Apaixonado pela rádio, tanto quanto escravo do computador, opto às vezes por ouvir relatos, em vez de assistir às transmissões televisivas. Bem vistas as coisas, a rádio é hoje o meio de informação que mais consumo. Escrevo sobre televisão – e, portanto, ver televisão quase sempre se confunde com trabalho. Escrevo para os jornais – e, portanto, ler jornais quase sempre se confunde com trabalho também. Com a rádio, não: é prazer puro. Ouço-a no escritório, ao longo do dia. Ouço-a no carro, quando tenho o privilégio de levantar o rabo do escritório. Ouço-a ao acordar, como despertador – ouço-a até no duche, aos berros, para grande desconforto (estou convicto) dos meus vizinhos.

E, porém, não deve haver outro meio onde o triunfalismo benfiquista se tenha instalado com tal fragor como na rádio portuguesa. Há muitos anos que aprendemos a aceitar a dualidade de tons usados para narrar um golo português ou estrangeiro: um imenso e repetido “Golo!” para os gloriosos feitos nacionais, um tristonho e burocrático “Golo!” para os miseráveis feitos estrangeiros. E, mesmo assim, é de mais, o triunfalismo que este ano tem rodeado o Benfica. Um triunfalismo que talvez até se pudesse explicar pela crise da comunicação social (e pelos benefícios que o mercado sempre contabiliza quando o maior clube português ganha), mas que entretanto atingiu o ponto da verdadeira esquizofrenia.

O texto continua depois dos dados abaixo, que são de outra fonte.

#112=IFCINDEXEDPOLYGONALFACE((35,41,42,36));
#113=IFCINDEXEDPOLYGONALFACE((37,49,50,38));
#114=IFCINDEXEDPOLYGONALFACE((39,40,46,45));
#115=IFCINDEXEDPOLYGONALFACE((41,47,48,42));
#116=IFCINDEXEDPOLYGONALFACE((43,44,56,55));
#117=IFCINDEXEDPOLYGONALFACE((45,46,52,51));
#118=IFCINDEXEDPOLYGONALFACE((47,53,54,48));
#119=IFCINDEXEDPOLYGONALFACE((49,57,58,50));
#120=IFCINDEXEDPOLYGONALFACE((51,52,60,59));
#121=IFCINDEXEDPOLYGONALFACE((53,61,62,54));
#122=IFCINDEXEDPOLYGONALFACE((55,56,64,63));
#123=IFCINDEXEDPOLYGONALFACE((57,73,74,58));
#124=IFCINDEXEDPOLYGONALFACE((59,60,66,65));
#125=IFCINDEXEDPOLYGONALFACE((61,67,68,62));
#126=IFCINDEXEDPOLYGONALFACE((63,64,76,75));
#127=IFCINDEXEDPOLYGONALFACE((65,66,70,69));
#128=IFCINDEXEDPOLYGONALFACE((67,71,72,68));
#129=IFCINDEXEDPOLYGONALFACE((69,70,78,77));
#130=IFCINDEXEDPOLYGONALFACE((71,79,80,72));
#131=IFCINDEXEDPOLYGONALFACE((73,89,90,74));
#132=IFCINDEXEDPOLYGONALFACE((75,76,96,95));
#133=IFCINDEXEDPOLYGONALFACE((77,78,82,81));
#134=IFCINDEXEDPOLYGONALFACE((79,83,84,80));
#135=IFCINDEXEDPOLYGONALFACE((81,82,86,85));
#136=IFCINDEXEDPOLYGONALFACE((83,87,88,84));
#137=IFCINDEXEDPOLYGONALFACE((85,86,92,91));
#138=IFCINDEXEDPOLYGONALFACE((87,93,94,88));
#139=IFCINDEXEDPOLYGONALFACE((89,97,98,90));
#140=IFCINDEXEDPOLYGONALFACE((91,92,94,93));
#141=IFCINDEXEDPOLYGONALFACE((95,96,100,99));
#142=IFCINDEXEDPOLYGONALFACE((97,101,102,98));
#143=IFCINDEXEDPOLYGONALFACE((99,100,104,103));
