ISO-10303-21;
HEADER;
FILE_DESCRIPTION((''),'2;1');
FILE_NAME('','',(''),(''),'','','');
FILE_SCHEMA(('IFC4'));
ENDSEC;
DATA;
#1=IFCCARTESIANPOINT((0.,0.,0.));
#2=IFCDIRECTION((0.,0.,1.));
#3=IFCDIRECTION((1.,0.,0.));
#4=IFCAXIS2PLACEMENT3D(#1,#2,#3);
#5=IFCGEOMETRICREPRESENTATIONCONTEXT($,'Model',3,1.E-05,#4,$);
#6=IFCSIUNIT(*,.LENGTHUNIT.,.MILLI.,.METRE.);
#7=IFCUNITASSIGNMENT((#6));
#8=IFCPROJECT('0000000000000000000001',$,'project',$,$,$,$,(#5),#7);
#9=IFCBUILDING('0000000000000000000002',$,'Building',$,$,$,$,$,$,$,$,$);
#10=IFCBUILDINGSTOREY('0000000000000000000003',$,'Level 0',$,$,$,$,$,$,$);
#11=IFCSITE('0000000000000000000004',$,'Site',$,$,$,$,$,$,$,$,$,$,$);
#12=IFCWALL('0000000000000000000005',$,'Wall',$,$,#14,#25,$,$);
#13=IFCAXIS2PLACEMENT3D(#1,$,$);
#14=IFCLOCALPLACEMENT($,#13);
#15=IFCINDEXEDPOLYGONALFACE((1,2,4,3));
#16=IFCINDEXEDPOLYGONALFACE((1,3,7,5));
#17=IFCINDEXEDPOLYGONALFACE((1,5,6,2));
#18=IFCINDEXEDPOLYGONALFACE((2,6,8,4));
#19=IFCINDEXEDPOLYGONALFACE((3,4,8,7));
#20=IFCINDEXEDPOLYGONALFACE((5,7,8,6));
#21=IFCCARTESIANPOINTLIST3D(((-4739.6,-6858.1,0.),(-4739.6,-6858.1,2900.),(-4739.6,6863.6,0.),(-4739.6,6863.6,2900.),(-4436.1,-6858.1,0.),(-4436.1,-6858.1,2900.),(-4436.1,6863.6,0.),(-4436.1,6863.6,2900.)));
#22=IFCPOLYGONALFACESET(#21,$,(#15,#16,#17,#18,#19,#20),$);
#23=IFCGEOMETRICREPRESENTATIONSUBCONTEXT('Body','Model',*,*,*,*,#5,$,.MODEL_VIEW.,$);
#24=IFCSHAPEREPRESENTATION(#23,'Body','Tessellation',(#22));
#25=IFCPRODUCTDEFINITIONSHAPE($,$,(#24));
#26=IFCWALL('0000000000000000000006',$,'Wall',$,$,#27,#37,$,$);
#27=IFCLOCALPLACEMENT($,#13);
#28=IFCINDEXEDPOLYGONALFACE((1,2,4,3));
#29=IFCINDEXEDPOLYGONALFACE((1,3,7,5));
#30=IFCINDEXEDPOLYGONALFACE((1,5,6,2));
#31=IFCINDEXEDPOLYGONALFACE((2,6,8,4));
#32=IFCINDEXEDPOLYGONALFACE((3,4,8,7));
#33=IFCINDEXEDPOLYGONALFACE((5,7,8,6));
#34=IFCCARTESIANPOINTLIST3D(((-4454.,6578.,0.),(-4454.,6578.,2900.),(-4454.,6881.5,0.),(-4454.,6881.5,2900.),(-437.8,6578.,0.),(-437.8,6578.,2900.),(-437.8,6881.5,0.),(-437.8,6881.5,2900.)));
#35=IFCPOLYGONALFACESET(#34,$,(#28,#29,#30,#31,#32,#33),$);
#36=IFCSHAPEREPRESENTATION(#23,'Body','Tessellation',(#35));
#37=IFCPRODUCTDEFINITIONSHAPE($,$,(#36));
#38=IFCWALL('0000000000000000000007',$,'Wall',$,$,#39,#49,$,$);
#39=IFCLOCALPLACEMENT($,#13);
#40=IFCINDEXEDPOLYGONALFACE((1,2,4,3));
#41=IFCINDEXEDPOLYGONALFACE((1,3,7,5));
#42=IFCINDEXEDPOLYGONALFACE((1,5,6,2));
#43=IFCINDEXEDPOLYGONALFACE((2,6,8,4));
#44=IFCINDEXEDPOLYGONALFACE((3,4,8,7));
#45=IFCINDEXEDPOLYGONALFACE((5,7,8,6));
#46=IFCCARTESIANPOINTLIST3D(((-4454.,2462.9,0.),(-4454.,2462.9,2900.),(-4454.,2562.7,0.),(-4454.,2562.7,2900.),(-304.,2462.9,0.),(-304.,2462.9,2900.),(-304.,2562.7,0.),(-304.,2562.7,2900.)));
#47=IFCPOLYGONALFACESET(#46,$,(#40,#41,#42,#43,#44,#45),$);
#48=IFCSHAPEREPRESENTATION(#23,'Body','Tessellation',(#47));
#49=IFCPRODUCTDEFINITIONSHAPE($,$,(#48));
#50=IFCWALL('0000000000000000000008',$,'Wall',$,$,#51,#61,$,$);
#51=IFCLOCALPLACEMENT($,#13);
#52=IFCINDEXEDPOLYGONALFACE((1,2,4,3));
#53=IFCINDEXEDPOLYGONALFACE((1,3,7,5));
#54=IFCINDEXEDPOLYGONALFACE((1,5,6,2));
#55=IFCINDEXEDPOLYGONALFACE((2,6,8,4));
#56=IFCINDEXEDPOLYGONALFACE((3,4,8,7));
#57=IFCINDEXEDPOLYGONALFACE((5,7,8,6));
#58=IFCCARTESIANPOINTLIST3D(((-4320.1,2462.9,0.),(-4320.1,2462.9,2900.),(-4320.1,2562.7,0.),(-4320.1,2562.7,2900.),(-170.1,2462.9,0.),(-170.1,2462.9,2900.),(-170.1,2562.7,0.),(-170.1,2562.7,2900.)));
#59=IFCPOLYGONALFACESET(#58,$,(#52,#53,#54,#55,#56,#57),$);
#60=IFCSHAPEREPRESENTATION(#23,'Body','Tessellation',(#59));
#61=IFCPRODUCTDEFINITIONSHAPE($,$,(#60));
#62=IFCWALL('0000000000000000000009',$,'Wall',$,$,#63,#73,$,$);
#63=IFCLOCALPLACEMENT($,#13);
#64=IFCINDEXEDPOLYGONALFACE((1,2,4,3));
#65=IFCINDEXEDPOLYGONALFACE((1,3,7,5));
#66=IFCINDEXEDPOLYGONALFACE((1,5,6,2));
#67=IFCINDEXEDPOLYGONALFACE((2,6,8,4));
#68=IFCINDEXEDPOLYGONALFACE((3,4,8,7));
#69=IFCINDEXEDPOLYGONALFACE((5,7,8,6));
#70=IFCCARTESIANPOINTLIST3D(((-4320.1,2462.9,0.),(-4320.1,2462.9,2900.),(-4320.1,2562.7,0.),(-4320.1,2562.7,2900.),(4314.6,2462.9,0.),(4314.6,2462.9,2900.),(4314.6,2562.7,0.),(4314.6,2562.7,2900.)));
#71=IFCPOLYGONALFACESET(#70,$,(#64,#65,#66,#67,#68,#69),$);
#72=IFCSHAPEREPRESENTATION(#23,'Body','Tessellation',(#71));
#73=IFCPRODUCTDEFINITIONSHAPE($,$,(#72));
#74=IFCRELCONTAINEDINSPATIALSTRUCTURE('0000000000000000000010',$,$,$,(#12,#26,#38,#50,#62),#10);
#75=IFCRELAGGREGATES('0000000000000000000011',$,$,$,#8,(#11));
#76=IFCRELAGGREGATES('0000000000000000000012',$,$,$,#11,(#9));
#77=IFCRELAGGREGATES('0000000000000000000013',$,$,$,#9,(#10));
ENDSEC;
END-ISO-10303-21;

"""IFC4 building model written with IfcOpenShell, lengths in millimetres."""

from ifc_helpers import new_model, si_unit, frame, origin_with_axes, place, context, subcontext, project, spatial, indexed_curve, outline, extrude, element, save


model = new_model("IFC4")

# Units and contexts
model_context = context("Model", 3, precision=1e-05, world=origin_with_axes())
body_context = subcontext(model_context, "Body", "Model", "MODEL_VIEW")
ifc_project = project(units=[si_unit("LENGTHUNIT", "METRE", prefix="MILLI")], contexts=[model_context])

# Site, building, storey
site = spatial("IfcSite", under=ifc_project, Name="Site")
building = spatial("IfcBuilding", under=site, Name="Building")
storey = spatial("IfcBuildingStorey", under=building, Name="Level 0")

# Walls
wall_1_placement = place(None, frame((-4739.6, 6863.6, 0.0), z_axis=(0.0, 0.0, 1.0), x_axis=(0.0, -1.0, 0.0)))
element("IfcWall", 1, at=wall_1_placement, inside=storey, Name="Wall", context=body_context, shape_type="SweptSolid", body=[
    extrude(outline(indexed_curve([(0.0, 0.0), (0.0, 303.4), (13721.8, 303.4), (13721.8, 0.0), (0.0, 0.0)], self_intersect=False)), origin_with_axes(), (0.0, 0.0, 1.0), 2900.0),
])
wall_2_placement = place(None, frame((-4454.0, 6578.0, 0.0), z_axis=(0.0, 0.0, 1.0), x_axis=(1.0, 0.0, 0.0)))
element("IfcWall", 2, at=wall_2_placement, inside=storey, Name="Wall", context=body_context, shape_type="SweptSolid", body=[
    extrude(outline(indexed_curve([(0.0, 0.0), (0.0, 303.4), (4016.1, 303.4), (4016.1, 0.0), (0.0, 0.0)], self_intersect=False)), origin_with_axes(), (0.0, 0.0, 1.0), 2900.0),
])
for number, where, z_axis, x_axis, name in (
    (3, (-4454.0, 2462.9, 0.0), (0.0, 0.0, 1.0), (1.0, 0.0, 0.0), "Wall"),
):
    element("IfcWall", number, at=place(None, frame(where, z_axis=z_axis, x_axis=x_axis)), inside=storey, Name=name, context=body_context, shape_type="SweptSolid", body=[
        extrude(outline(indexed_curve([(0.0, 0.0), (0.0, 99.8), (4150.0, 99.8), (4150.0, 0.0), (0.0, 0.0)], self_intersect=False)), origin_with_axes(), (0.0, 0.0, 1.0), 2900.0),
    ])
for number, where, z_axis, x_axis, name in (
    (4, (-4320.1, 2462.9, 0.0), (0.0, 0.0, 1.0), (1.0, 0.0, 0.0), "Wall"),
):
    element("IfcWall", number, at=place(None, frame(where, z_axis=z_axis, x_axis=x_axis)), inside=storey, Name=name, context=body_context, shape_type="SweptSolid", body=[
        extrude(outline(indexed_curve([(0.0, 0.0), (0.0, 99.8), (4150.0, 99.8), (4150.0, 0.0), (0.0, 0.0)], self_intersect=False)), origin_with_axes(), (0.0, 0.0, 1.0), 2900.0),
    ])
wall_3_placement = place(None, frame((-4320.1, 2462.9, 0.0), z_axis=(0.0, 0.0, 1.0), x_axis=(1.0, 0.0, 0.0)))
element("IfcWall", 5, at=wall_3_placement, inside=storey, Name="Wall", context=body_context, shape_type="SweptSolid", body=[
    extrude(outline(indexed_curve([(0.0, 0.0), (0.0, 99.8), (8634.7, 99.8), (8634.7, 0.0), (0.0, 0.0)], self_intersect=False)), origin_with_axes(), (0.0, 0.0, 1.0), 2900.0),
])

save(model, "model.ifc")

Ouvi todo o relato da primeira parte do Hapoel-Benfica. Pois, em 45 minutos apenas, o relator anunciou sete vezes o decurso de um enorme festival de bola, identificou nove vezes o imenso azar encarnado e denunciou seis vezes a profunda desonestidade do árbitro. Aos 46, gritou: “Livre directo para o Benfica. E dali, para Cardozo, é quase um penálti!” Deu bola na barreira, claro. Mais um azar? Naturalmente: “O Benfica quase, quase, quase a fazer o empate. Já merecia um golo. Ou mais!” Desliguei. Não há neurónio que aguente. Nem paixão pela rádio que sobreviva. Nem sequer solidariedade-na-crise que resista a um tão cabal favorecimento à equipa nacional que mais declinou da época passada para esta.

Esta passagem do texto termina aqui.